Can you define your parameters for a 'travel tripod' particularly folded length?

Have you looked at the Sirui line?


----------



## Cory (Apr 1, 2015)

http://www.bhphotovideo.com/c/product/655221-REG/Induro_472_213_Alloy_8M_AT213_Tripod.html


----------



## Canon1 (Apr 1, 2015)

Do you shoot wildlife? If so, carbon fiber is silent. Aluminum legs make a lot of noise when moving around, and if you are not careful, when deploying. 

With a budget of $350 you will certainly need to settle for something less than you are describing. A good ballhead can cost that much or more, forget the tripod. 

I'd just keep using what you have and save up until you have a bigger budget.


----------



## tiltshift (Apr 1, 2015)

I would agree with what others have said. you cant get light, sable, compact, and affordable. If your lucky you can get close. I would just bite the bullet as a tripod if taken care of will outlast pretty much everything else in your kit. I got a Gitzo and a acra-tech GP then a smaller gitzo traveler when size/weight is a factor. If you have spent the money on a 5DIII and a 70-200 then I wouldn't try to cut corners on a tripod.

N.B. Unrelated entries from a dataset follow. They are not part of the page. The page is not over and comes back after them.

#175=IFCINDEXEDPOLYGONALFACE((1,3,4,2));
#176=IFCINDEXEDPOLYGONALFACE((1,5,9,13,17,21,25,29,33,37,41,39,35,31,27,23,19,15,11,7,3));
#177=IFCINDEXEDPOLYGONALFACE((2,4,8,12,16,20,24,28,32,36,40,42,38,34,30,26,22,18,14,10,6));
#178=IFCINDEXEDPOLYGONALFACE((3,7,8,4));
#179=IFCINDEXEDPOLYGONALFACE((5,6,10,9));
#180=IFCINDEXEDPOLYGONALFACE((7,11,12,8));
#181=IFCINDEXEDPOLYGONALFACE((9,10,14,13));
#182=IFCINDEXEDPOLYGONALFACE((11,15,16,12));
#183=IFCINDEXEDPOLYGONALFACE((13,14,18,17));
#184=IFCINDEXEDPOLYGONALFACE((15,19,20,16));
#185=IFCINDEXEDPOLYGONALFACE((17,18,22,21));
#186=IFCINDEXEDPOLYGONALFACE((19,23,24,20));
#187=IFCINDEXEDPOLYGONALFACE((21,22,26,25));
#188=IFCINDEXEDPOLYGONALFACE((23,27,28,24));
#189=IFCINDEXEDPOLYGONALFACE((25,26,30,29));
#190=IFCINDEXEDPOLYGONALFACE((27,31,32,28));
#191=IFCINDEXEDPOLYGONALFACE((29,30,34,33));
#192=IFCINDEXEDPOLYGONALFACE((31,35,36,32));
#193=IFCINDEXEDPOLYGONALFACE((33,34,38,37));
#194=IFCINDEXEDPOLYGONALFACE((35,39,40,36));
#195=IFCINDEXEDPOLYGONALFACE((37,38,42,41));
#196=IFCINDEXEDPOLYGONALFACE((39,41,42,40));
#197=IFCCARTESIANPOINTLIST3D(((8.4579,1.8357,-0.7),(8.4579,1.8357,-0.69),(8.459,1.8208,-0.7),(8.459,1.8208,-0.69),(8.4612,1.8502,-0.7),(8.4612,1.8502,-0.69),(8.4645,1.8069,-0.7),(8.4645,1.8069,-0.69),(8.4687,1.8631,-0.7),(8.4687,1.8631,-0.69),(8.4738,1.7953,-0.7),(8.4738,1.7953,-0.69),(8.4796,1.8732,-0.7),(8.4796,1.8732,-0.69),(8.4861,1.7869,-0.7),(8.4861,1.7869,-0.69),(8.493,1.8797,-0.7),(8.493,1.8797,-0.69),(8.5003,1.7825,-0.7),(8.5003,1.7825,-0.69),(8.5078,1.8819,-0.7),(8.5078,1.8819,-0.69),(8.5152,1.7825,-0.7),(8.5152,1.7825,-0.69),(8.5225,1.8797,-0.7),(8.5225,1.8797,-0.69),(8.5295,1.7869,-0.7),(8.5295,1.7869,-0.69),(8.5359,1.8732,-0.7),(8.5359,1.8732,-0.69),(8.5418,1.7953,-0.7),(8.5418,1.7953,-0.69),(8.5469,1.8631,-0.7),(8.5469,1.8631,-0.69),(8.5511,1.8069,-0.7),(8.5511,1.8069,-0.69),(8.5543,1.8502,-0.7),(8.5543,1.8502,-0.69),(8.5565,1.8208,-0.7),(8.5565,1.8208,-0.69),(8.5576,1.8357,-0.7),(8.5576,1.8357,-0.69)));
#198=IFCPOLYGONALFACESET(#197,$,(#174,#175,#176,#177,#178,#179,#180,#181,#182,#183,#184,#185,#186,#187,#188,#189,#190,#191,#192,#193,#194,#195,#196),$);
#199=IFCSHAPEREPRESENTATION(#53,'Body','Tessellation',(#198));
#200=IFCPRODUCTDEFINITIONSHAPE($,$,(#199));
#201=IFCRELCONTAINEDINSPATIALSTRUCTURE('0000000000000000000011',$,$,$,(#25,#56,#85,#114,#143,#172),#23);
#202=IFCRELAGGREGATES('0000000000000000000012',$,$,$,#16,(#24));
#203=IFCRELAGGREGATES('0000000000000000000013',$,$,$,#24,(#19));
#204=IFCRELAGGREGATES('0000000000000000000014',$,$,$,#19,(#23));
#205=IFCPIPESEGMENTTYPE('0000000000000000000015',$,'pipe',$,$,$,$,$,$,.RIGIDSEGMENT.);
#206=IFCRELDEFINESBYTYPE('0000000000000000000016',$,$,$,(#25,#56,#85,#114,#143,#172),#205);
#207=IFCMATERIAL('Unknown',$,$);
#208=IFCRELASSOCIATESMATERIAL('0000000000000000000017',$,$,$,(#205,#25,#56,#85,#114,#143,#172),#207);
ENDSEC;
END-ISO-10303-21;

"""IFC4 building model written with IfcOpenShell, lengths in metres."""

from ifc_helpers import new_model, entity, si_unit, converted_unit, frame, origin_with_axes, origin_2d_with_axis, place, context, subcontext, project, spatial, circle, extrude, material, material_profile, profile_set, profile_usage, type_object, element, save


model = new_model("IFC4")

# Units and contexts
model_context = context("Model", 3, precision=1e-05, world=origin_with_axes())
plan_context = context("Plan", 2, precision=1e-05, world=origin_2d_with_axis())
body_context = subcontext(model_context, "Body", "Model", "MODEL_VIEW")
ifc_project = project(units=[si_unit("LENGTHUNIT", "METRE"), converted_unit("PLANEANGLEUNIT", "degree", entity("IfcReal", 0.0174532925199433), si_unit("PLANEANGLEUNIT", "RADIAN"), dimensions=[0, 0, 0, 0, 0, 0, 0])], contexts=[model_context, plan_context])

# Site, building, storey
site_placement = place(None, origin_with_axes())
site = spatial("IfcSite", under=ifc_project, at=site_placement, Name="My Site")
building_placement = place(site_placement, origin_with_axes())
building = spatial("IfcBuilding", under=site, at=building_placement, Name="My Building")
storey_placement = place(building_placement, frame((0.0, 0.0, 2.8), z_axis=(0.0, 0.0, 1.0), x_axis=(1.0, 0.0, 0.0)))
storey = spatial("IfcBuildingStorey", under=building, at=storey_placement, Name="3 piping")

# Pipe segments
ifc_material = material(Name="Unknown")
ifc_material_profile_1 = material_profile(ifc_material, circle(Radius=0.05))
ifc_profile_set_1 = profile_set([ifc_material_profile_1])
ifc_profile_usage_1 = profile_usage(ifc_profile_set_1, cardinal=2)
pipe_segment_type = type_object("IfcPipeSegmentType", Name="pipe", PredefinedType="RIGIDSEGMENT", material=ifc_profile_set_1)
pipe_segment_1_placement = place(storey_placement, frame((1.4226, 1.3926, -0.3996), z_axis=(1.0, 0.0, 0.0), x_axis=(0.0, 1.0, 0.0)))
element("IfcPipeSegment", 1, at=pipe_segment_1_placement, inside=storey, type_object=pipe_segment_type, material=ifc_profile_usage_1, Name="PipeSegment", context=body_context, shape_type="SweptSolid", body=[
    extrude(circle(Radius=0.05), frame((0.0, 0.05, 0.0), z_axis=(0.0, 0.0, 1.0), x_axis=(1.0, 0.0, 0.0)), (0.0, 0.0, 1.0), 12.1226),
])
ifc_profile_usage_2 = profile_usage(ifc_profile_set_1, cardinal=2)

I realize this wasn't the advice you wanted but I think in the long run you will be much happier.


----------



## JonAustin (Apr 1, 2015)

Check out the Oben CT series at B&H. I bought a (now discontinued) CT-3410 2½ years ago, when I wanted a travel / hiking tripod, so small size (when folded), light weight and flexibility (of application) were paramount. It normally sold for $400 (including ball head), but I got it on sale for $280. The kit ('pod + head) weighs less than 3 pounds, supports more than 16 pounds and folds down to less than 17 inches.

And I don't think you need a 'pod that extends to your height. After all, your eyes are a few inches below the top of your head (I hope, anyway), and the viewfinder on your camera is going to be a few inches above the top of the mounting plate on the head. My Oben CT-3410 only extends to 60 inches, and it's more than enough for me (I'm 68" on a good day).

Anyway, Oben offers a wide range of carbon fiber options at a variety of price points, and they do go on sale from time to time. I realize they don't represent the state of the tripod art, but they won't break the bank, either. The CT-3410 has been superseded by Oben's CT-3461, which has a higher load capacity (17.6 pounds), extends another 4½ inches, folds down to less than 17½", and only weighs 3.1 pounds. It's currently on sale at B&H for $250 ($100 off):

http://www.bhphotovideo.com/c/product/687301-REG/Oben_CT_3410_BB_0T_CT_3410_4_Section_Carbon_Fiber.html

By the way, I also have a big, heavy set of Gitzo aluminum legs (G2220) with a Manfrotto 410 geared head for studio work. I've found it was better (for me) to have a separate setup for each of my two main applications, than to chase the one, "perfect for everything" solution.


----------



## CurtL5 (Apr 1, 2015)

Thanks so far guys - yes, I realize I am asking for the proverbial champagne on a soda budget!
Funny, but true - yes I do understand...

My parameters are fairly undefined but (I think) I'm looking for something that folds down into the 16-18" length (40-45 cm) and weighs in the 2-3 pound range maybe - certainly no more than 4-5 (~2 Kg).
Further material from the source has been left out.